*What to do*
From the listing below, extract each line containing the string "Partici".

*Data under study*

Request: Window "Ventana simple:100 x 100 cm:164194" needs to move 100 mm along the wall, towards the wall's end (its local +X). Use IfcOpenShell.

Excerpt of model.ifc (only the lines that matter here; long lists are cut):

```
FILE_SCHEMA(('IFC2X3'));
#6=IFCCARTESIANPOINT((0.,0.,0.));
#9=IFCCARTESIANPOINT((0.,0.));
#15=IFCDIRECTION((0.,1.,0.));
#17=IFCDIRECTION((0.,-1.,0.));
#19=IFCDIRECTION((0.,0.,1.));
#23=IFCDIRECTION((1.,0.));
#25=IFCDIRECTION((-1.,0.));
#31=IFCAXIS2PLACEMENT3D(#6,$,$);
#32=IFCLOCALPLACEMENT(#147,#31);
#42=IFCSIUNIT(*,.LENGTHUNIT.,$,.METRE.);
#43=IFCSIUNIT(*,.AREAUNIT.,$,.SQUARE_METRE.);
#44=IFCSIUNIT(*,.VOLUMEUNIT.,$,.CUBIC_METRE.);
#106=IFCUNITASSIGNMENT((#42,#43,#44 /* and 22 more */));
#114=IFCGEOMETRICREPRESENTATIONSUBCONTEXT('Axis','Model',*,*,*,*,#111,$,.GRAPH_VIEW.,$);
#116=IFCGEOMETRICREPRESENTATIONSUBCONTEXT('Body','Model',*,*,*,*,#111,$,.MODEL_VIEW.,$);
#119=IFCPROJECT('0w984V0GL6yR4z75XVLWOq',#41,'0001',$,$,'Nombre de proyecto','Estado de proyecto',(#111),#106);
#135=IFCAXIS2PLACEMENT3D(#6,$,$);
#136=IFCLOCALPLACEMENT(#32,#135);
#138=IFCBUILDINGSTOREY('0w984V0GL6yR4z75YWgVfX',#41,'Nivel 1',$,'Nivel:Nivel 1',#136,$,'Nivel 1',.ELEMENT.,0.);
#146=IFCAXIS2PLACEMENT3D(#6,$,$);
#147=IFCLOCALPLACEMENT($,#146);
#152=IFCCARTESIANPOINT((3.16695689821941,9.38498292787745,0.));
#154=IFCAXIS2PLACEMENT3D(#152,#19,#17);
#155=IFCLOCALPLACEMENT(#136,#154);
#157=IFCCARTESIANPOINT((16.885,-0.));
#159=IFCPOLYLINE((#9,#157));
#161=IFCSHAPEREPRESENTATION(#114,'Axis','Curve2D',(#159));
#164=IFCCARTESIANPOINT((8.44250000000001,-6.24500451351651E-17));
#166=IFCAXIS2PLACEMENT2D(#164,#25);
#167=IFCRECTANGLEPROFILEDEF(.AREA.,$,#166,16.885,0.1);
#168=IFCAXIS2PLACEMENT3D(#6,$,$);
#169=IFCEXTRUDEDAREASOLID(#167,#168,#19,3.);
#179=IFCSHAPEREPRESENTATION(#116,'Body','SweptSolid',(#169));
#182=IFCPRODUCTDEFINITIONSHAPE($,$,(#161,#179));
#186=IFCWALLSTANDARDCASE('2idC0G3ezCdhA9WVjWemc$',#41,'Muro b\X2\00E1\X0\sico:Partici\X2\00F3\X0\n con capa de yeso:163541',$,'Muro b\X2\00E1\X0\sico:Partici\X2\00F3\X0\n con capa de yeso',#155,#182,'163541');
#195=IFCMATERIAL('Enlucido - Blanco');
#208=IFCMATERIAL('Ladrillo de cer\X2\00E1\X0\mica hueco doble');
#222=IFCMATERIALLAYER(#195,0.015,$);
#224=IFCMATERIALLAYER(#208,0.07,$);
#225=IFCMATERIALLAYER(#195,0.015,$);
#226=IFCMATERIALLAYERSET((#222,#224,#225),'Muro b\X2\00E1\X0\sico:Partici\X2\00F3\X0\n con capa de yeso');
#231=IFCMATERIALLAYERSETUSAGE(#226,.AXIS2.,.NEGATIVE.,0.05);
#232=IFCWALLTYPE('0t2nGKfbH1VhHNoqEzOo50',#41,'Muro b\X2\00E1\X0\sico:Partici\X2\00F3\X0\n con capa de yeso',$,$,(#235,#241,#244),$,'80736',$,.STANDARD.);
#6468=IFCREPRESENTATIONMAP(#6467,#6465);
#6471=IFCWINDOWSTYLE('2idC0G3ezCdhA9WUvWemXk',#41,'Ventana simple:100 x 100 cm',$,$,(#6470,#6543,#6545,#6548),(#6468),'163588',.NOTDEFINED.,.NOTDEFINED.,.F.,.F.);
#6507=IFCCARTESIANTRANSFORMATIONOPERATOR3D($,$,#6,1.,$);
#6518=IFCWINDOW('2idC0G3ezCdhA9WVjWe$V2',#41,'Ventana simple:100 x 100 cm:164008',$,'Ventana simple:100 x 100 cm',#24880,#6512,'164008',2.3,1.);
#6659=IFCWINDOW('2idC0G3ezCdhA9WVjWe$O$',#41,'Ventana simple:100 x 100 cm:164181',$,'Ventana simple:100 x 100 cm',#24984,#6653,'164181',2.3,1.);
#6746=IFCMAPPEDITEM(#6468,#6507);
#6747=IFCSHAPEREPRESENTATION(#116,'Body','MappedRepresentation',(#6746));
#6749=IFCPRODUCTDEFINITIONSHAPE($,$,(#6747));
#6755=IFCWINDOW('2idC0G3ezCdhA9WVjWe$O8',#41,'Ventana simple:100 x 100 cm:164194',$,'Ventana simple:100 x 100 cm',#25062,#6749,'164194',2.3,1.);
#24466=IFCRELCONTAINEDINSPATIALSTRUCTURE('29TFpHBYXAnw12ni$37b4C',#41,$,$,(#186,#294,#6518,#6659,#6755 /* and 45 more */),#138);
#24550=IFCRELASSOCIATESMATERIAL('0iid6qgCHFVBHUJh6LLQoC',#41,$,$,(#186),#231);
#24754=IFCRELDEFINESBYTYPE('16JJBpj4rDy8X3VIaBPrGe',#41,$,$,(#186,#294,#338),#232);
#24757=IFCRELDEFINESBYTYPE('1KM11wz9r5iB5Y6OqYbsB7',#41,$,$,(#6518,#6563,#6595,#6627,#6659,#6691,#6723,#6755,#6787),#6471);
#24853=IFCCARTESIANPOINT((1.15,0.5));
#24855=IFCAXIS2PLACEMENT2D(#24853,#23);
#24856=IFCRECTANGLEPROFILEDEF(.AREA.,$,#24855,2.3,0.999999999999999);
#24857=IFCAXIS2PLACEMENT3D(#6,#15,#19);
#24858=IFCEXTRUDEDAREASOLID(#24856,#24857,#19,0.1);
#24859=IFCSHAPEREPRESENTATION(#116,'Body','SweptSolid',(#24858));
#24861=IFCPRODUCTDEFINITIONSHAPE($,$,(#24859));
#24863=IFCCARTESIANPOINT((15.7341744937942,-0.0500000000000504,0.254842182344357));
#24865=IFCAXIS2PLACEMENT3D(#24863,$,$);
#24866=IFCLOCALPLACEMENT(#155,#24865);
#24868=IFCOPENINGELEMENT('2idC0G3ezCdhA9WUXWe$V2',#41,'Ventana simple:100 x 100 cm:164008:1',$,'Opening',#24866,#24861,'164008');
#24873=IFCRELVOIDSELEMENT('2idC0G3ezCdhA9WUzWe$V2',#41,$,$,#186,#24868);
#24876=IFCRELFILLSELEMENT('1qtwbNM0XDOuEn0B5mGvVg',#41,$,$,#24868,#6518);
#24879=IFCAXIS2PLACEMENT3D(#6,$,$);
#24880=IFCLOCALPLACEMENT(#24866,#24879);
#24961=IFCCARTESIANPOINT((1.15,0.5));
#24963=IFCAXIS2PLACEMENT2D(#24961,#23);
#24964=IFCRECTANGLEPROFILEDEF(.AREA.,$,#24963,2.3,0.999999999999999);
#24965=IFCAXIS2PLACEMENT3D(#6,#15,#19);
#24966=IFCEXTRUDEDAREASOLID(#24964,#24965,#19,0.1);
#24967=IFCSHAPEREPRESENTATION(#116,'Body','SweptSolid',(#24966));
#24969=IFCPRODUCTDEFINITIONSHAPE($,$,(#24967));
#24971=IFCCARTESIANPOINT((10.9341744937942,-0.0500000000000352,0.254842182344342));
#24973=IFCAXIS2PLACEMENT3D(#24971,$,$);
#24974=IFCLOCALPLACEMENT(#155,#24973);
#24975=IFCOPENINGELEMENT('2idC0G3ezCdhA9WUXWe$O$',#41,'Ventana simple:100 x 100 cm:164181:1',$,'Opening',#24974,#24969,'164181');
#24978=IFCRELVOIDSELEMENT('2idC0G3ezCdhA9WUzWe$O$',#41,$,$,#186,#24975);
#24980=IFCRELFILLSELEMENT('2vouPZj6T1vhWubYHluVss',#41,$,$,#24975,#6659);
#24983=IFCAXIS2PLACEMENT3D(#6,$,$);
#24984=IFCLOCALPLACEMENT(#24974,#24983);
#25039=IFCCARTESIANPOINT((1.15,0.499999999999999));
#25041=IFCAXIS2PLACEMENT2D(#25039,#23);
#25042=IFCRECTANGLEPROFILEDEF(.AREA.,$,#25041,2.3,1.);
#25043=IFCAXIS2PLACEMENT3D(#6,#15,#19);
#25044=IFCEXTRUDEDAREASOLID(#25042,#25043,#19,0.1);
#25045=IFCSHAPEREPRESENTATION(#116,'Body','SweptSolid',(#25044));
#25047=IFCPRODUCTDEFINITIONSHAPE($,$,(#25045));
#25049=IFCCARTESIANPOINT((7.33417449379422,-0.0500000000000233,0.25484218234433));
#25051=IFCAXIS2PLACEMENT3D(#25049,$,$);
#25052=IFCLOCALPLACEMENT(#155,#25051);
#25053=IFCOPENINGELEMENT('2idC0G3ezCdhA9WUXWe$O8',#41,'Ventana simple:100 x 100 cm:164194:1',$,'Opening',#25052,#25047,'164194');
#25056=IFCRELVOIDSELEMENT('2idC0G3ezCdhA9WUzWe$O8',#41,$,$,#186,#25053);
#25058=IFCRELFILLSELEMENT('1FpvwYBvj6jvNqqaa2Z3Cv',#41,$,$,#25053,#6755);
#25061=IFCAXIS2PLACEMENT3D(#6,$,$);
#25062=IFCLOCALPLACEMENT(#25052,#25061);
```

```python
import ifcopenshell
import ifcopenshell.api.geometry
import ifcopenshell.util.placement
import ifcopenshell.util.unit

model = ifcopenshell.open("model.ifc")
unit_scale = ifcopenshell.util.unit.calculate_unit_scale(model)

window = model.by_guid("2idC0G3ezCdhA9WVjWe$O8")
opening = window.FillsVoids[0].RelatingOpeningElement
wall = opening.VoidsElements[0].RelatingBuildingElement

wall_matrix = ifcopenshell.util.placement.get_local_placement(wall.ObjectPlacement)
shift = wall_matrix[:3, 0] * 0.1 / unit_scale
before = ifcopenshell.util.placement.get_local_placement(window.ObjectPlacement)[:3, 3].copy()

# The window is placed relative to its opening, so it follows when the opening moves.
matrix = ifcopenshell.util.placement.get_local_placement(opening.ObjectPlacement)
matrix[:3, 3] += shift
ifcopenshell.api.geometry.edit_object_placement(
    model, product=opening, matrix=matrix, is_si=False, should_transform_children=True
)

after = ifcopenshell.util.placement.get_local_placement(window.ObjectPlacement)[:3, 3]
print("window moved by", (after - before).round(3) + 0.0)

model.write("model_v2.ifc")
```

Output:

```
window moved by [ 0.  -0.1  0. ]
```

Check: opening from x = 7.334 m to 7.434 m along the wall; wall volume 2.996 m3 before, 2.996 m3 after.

*Task solution*
#186=IFCWALLSTANDARDCASE('2idC0G3ezCdhA9WVjWemc$',#41,'Muro b\X2\00E1\X0\sico:Partici\X2\00F3\X0\n con capa de yeso:163541',$,'Muro b\X2\00E1\X0\sico:Partici\X2\00F3\X0\n con capa de yeso',#155,#182,'163541');
#226=IFCMATERIALLAYERSET((#222,#224,#225),'Muro b\X2\00E1\X0\sico:Partici\X2\00F3\X0\n con capa de yeso');
#232=IFCWALLTYPE('0t2nGKfbH1VhHNoqEzOo50',#41,'Muro b\X2\00E1\X0\sico:Partici\X2\00F3\X0\n con capa de yeso',$,$,(#235,#241,#244),$,'80736',$,.STANDARD.);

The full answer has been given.